#### Input data

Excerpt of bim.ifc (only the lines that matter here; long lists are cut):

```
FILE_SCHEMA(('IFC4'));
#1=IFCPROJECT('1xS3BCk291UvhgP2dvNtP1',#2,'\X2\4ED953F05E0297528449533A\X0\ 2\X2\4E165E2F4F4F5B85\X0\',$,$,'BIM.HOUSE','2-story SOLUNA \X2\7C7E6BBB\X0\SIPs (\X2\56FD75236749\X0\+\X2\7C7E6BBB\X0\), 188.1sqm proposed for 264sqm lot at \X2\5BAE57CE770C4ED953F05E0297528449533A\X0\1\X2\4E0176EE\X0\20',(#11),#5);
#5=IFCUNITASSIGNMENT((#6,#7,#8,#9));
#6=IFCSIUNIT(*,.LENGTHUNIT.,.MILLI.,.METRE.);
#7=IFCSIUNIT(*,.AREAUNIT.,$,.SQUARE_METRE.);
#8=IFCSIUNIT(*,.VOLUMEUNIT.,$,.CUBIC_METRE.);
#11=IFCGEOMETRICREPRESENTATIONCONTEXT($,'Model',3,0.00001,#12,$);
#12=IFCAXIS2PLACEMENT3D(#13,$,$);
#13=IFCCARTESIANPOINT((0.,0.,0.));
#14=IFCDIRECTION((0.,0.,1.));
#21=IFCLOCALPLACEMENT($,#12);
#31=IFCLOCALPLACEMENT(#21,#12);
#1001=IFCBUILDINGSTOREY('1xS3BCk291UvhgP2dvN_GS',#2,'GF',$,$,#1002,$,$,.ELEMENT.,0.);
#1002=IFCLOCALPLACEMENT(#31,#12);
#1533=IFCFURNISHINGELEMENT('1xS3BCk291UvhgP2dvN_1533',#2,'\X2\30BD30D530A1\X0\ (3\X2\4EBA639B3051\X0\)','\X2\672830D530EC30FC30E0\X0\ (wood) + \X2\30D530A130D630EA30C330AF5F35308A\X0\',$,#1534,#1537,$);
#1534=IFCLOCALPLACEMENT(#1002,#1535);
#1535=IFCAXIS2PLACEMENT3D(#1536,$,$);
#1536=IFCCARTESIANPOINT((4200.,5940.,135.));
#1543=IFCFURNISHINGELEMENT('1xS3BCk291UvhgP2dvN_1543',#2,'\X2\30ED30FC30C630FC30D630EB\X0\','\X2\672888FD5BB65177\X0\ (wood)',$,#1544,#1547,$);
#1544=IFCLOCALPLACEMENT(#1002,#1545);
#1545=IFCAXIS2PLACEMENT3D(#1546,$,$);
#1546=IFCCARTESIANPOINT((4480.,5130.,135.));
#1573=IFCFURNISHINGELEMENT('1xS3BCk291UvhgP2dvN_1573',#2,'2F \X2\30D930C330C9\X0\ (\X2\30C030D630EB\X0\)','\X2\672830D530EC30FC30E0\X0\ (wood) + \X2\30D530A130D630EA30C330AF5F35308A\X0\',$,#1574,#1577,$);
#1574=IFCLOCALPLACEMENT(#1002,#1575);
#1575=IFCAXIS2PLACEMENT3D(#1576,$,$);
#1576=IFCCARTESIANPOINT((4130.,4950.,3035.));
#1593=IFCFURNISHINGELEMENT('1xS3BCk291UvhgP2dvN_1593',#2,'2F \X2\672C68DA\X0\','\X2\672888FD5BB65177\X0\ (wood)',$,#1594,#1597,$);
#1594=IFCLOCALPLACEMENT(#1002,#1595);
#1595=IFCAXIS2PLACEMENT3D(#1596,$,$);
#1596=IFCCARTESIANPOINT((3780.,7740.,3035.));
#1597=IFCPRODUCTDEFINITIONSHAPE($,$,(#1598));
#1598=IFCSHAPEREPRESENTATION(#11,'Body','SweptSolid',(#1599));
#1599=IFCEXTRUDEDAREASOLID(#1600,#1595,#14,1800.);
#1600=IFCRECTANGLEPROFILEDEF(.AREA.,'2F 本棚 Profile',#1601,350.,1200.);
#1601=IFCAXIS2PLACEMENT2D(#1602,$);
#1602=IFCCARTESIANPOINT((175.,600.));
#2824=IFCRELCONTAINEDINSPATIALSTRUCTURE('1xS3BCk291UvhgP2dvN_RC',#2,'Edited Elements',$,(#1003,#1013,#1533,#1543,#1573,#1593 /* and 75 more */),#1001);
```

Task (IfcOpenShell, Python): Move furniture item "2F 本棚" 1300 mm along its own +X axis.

```python
import ifcopenshell
import ifcopenshell.api.geometry
import ifcopenshell.util.placement
import ifcopenshell.util.unit

model = ifcopenshell.open("bim.ifc")
unit_scale = ifcopenshell.util.unit.calculate_unit_scale(model)

item = model.by_guid("1xS3BCk291UvhgP2dvN_1593")
matrix = ifcopenshell.util.placement.get_local_placement(item.ObjectPlacement)
matrix[:3, 3] += matrix[:3, 0] * 1.3 / unit_scale
ifcopenshell.api.geometry.edit_object_placement(model, product=item, matrix=matrix, is_si=False)

print(ifcopenshell.util.placement.get_local_placement(item.ObjectPlacement).round(3) + 0.0)

model.write("bim_v2.ifc")
```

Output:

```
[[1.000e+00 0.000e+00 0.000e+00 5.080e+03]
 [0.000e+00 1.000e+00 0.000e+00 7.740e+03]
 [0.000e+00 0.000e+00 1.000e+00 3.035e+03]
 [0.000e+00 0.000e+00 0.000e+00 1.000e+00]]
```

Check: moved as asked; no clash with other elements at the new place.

########

Select every line of the material above holding the word "wood" and copy it.

(Written response)
#1533=IFCFURNISHINGELEMENT('1xS3BCk291UvhgP2dvN_1533',#2,'\X2\30BD30D530A1\X0\ (3\X2\4EBA639B3051\X0\)','\X2\672830D530EC30FC30E0\X0\ (wood) + \X2\30D530A130D630EA30C330AF5F35308A\X0\',$,#1534,#1537,$);
#1543=IFCFURNISHINGELEMENT('1xS3BCk291UvhgP2dvN_1543',#2,'\X2\30ED30FC30C630FC30D630EB\X0\','\X2\672888FD5BB65177\X0\ (wood)',$,#1544,#1547,$);
#1573=IFCFURNISHINGELEMENT('1xS3BCk291UvhgP2dvN_1573',#2,'2F \X2\30D930C330C9\X0\ (\X2\30C030D630EB\X0\)','\X2\672830D530EC30FC30E0\X0\ (wood) + \X2\30D530A130D630EA30C330AF5F35308A\X0\',$,#1574,#1577,$);
#1593=IFCFURNISHINGELEMENT('1xS3BCk291UvhgP2dvN_1593',#2,'2F \X2\672C68DA\X0\','\X2\672888FD5BB65177\X0\ (wood)',$,#1594,#1597,$);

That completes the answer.